É o que sucede no caso da presente arbitragem. A inutilidade superveniente da lide é consequência direta e imediata do despacho de revogação parcial (rectius, anulação administrativa parcial) proferido em 04-09-2024 e do consequente ato de liquidação proferido em 14-10-2024, os quais, dando no essencial satisfação à pretensão anulatória da requerente, eliminaram os efeitos jurídicos lesivos e ablativos que resultavam do ato tributário impugnado nestes autos.         

Há então que concluir que, para efeitos da responsabilidade pelas custas deste proces­so, a inutilidade superveniente da lide é imputável à requerida. Tendo sido esta a dar causa à ex­tin­ção da presente instância arbitral, será ela a responsável pelas custas da arbitragem — art. 12.º, n.º 2, do RJAT e arts. 4.º, n.º 5, e 6.º, al. a), do Regulamento de Custas da Arbitra­gem Tributária do CAAD.

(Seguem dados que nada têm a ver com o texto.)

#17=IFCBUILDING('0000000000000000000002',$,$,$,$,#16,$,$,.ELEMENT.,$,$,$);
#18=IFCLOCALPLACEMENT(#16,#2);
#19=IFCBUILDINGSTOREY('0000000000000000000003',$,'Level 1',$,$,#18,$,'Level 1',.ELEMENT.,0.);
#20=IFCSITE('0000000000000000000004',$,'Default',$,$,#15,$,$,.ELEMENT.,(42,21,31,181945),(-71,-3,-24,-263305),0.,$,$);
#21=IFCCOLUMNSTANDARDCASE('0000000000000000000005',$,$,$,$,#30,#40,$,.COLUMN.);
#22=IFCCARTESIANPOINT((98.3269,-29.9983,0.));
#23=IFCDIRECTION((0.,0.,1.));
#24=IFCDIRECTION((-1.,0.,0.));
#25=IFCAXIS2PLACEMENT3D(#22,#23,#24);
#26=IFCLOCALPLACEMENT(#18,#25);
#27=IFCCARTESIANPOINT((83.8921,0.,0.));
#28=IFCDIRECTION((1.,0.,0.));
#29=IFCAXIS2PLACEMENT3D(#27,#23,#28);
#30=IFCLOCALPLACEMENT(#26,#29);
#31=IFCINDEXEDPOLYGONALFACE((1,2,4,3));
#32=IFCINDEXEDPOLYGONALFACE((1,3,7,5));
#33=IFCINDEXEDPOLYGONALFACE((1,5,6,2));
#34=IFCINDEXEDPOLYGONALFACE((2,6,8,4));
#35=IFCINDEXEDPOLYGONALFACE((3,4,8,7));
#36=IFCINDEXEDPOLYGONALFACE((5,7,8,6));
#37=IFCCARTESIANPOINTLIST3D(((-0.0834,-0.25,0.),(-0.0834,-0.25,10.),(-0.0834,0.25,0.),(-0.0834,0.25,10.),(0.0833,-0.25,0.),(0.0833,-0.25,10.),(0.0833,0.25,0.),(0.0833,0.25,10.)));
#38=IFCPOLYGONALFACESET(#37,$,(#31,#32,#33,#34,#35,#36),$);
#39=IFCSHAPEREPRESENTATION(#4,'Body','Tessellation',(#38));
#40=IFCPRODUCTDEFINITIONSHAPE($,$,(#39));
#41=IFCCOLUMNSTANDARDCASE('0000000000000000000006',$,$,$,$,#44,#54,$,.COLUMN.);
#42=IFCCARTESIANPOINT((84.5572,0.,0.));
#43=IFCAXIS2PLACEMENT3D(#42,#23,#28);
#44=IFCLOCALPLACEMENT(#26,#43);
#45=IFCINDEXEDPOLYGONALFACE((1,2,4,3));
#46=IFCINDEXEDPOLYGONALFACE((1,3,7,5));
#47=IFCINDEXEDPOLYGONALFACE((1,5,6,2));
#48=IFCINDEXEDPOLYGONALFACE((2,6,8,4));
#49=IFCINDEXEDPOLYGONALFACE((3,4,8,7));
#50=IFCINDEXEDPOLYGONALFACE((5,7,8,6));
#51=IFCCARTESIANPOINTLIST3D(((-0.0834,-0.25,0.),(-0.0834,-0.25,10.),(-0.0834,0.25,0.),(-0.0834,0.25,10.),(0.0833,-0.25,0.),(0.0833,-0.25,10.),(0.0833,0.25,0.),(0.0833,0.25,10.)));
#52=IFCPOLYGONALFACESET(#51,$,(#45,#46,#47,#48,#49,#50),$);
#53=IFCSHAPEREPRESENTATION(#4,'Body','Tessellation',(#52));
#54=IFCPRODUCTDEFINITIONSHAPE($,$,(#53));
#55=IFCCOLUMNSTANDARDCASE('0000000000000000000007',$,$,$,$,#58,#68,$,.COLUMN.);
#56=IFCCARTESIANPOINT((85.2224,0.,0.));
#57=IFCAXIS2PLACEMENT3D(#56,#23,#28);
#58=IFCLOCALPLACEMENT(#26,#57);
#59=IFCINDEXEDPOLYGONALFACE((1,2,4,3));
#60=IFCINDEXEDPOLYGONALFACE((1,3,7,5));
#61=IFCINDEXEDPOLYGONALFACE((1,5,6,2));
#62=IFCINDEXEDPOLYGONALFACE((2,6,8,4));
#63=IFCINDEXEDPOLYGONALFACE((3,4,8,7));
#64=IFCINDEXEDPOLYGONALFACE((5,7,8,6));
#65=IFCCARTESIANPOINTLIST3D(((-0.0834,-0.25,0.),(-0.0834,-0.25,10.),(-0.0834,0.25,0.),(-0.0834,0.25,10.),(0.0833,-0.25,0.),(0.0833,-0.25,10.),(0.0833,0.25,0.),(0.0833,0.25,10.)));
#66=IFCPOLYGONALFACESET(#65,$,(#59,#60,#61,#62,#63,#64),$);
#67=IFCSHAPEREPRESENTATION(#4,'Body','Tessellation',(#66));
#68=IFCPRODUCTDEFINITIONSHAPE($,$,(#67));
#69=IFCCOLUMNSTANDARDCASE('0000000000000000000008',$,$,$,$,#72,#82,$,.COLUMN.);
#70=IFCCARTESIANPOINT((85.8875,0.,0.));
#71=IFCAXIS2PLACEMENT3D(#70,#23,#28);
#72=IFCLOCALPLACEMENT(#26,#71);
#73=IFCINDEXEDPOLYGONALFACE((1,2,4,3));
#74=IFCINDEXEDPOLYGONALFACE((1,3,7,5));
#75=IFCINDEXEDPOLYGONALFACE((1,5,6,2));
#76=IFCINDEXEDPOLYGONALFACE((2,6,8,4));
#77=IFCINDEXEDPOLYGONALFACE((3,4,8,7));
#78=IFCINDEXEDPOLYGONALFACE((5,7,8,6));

Desse modo, tendo em conta o valor atribuído ao processo em sede de saneamento, por aplicação da l. 2 da Tabela I ane­xa ao mencionado Regulamento — e atendendo a que não se encontra prevista qualquer redução da taxa de arbitragem quando o processo não conclua com decisão de mérito —, há que fixar a taxa de arbitragem do presente processo em EUR 612,00, em cujo pagamento se condenará a final a requerida.

 

— III—

            Assim, pelos fundamentos expostos, na verificação da inutilidade superveniente na prossecução da presente arbitragem declaro extinta a instância arbitral e, em consequência, condeno a requerida Autoridade Tributária e Aduaneira no pagamento das custas do presente processo, cuja taxa de arbitragem fixo em EUR 612,00.

 

Notifiquem-se as partes.

 

CAAD, 27/10/2024

O Árbitro,

 

 

(Gustavo Gramaxo Rozeira)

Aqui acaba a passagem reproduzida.